Given some of the sturm und drang now circulating in several matters having to do with state government, Monday night’s maiden State of the State address from Governor Bill Haslam was eagerly awaited for clues to the chief executive’s political course.

All things considered, the address was a perfect piece of triangulation — politically equidistant from most of the state’s warring factions, studiously devoid of controversial statements, and containing long-term proposals that are (or potentially could be) actual solutions. Haslam sounded, in fact, like what he appeared to be during his gubernatorial campaign — budget-conscious, moderate, and business-minded.

His prescription for dealing with a projected $1 billion shortfall from the previous year’s revenues — namely, cuts in administrative costs and via attrition — was realistic. His proposal for modest raises for state employees at a time when right-wing members of his own party are decidedly unfriendly to such notions was compassionate, bordering on heroic.

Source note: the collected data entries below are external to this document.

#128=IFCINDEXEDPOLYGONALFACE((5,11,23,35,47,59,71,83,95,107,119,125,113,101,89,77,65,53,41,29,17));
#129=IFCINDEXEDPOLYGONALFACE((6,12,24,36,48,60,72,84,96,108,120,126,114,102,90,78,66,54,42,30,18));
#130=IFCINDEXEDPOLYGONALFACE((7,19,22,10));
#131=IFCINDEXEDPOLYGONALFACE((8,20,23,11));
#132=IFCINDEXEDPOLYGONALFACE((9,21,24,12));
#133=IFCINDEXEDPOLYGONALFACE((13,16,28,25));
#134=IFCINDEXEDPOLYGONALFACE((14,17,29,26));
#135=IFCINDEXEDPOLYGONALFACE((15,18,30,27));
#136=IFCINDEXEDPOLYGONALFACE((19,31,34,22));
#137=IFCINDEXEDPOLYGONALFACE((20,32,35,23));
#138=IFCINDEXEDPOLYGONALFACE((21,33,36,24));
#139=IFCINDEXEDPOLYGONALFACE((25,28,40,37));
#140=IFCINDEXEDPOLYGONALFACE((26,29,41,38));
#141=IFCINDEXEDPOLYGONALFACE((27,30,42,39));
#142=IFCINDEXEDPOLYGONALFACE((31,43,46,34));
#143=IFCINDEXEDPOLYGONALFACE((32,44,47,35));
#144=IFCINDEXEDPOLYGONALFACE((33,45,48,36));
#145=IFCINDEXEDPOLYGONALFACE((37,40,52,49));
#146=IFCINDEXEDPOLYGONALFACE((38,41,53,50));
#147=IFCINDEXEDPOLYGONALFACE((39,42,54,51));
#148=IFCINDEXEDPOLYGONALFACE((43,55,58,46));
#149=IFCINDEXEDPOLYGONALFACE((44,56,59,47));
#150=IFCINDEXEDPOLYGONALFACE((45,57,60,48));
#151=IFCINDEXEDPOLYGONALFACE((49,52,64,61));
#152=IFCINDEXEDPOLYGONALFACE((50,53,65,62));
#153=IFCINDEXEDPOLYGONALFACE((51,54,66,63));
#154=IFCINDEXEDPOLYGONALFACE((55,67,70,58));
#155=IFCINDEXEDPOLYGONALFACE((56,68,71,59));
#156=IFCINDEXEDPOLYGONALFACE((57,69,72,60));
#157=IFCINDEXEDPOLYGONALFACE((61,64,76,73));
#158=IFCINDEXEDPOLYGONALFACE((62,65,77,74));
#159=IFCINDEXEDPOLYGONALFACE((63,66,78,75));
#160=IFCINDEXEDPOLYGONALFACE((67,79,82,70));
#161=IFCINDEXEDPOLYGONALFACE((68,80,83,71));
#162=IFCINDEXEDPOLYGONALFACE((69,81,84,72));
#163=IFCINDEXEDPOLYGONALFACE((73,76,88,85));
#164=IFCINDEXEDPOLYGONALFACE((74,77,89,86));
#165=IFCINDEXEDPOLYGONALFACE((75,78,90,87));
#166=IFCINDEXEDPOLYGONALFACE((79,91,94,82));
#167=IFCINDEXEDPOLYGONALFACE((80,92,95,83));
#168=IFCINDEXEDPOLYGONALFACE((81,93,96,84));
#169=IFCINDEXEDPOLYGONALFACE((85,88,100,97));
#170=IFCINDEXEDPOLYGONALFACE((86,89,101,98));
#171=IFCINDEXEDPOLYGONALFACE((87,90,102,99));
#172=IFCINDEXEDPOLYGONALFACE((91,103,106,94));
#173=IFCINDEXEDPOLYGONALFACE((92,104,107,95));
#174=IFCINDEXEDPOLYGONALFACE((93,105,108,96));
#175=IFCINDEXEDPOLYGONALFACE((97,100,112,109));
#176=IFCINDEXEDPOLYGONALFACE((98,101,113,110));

And his proposals for educational reform were, for the most part, unexceptionable. He shied away from espousing or even mentioning any of the punitive measures being aimed at unionized teachers by right-wing zealots in the General Assembly. By contrast, his own chief proposals — lengthening public school teachers’ period of tenure probation from three to five years and tying it to student performance and lifting the cap on new charter schools — were, arguably, reasonable and worth trying.

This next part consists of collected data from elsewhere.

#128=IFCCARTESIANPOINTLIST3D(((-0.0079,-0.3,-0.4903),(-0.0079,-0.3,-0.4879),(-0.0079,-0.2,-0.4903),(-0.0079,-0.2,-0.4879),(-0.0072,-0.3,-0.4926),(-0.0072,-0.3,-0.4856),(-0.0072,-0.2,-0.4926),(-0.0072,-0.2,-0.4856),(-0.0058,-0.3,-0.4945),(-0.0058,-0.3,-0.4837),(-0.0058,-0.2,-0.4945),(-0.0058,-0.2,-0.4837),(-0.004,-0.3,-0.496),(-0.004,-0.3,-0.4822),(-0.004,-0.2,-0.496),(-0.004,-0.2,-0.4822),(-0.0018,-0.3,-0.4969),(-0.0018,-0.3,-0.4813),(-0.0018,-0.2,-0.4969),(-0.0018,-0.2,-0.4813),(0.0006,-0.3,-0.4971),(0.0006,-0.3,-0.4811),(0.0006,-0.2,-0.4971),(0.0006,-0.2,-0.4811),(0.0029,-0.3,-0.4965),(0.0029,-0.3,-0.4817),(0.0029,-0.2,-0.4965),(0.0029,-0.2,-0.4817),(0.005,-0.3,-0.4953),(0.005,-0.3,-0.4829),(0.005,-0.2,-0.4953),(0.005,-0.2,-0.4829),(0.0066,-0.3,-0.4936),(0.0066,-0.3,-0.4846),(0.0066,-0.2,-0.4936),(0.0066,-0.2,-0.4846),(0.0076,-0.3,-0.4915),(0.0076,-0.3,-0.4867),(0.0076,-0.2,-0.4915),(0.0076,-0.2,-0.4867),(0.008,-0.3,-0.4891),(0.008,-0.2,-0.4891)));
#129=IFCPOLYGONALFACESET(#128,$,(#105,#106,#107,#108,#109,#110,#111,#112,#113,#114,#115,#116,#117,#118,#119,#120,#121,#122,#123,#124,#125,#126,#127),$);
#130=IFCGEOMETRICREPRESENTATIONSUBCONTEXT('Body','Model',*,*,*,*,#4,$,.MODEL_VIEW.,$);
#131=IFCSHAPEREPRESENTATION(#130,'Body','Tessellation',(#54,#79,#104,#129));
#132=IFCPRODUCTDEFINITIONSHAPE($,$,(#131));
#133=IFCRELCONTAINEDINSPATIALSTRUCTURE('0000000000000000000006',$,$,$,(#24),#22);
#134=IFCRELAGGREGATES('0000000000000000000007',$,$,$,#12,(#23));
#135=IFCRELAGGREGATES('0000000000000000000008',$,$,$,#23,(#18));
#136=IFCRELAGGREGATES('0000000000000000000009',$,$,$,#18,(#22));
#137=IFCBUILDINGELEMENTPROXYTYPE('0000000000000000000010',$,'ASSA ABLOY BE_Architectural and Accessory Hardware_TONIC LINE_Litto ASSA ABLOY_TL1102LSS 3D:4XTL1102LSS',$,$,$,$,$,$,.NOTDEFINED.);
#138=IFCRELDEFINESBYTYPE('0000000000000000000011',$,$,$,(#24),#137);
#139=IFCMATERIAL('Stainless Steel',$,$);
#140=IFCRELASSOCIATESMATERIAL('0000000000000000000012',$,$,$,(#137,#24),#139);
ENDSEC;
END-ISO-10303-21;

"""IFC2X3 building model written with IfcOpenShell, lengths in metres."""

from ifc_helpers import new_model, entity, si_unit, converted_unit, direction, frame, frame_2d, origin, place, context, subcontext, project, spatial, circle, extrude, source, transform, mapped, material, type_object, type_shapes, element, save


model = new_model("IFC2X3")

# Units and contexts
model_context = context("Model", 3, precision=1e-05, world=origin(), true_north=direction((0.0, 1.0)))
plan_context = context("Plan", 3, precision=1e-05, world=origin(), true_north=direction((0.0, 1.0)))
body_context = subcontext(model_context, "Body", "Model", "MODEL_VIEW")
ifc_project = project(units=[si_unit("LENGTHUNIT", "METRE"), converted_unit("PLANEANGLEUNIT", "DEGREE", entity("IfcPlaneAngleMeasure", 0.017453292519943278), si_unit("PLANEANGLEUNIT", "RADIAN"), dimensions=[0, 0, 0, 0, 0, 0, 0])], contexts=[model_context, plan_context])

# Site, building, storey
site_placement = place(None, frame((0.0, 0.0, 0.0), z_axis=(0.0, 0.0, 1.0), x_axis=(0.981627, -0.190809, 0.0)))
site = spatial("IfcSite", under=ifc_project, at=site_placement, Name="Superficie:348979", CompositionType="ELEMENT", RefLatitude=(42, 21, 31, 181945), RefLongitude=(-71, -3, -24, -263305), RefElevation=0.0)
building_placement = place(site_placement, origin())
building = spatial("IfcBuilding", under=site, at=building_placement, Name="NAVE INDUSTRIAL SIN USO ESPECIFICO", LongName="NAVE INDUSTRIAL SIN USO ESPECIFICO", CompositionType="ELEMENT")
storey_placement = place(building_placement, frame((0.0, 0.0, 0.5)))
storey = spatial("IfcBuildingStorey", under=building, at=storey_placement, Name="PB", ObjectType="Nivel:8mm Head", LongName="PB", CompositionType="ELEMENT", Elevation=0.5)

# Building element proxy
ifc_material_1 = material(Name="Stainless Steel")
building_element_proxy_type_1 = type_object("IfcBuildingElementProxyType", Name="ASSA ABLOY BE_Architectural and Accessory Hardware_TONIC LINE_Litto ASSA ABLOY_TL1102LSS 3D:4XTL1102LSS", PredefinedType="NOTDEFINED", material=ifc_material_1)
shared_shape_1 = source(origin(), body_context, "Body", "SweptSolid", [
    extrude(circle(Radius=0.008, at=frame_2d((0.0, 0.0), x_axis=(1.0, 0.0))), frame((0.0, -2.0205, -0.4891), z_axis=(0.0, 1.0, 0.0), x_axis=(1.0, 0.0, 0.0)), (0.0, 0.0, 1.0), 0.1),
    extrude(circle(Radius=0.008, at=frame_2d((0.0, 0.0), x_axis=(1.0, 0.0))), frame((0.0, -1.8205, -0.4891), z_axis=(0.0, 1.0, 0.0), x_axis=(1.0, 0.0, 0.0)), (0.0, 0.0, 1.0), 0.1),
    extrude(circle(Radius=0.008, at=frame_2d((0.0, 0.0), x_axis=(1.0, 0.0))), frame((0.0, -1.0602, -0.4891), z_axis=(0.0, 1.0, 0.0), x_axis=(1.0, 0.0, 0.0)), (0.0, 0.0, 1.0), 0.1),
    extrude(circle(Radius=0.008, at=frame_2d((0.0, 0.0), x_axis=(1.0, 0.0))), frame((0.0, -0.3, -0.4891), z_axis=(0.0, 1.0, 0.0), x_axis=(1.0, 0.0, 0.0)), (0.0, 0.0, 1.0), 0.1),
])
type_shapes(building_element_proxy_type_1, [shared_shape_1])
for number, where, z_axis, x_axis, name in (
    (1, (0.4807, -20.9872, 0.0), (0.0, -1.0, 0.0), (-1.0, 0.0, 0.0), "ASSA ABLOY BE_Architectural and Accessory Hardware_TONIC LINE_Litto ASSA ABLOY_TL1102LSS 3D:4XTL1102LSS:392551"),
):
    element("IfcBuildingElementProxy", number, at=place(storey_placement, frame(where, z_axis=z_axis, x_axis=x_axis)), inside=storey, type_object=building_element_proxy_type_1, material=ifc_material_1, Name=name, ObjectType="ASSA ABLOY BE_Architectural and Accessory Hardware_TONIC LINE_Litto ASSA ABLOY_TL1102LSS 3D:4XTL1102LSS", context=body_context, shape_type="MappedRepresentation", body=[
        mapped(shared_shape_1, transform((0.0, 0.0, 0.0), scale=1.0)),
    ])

Neither the governor nor anyone else should be deceived, however. An immoderate and reckless tide is running in the General Assembly — as exemplified by Lieutenant Governor Ron Ramsey’s suggestion last week that Memphis City Schools, about to merge with Shelby County Schools, should instead be taken over by the state.

Good luck to Governor Haslam. He’ll need it.

bad dog

The laughter that rocked Memphis every morning for 22 years has faded away. John “Bad Dog” McCormack, one of Memphis’ most beloved on-air personalities, has lost his battle with leukemia. He was 55.

McCormack’s nickname was misleading. He was fully housebroken and famously kind. Nobody called him Bad Dog until his friend and fellow Rock 103 DJ Tim Spencer bought a T-shirt in New Orleans that read, “He wouldn’t sit. He wouldn’t beg. He wouldn’t heel.” One mention of that shirt on the air was all it took. The name stuck. But when he wasn’t cutting up and cracking up with his Wake-Up Crew co-hosts, the rowdy, round-faced funnyman made time to help those who were less fortunate than himself.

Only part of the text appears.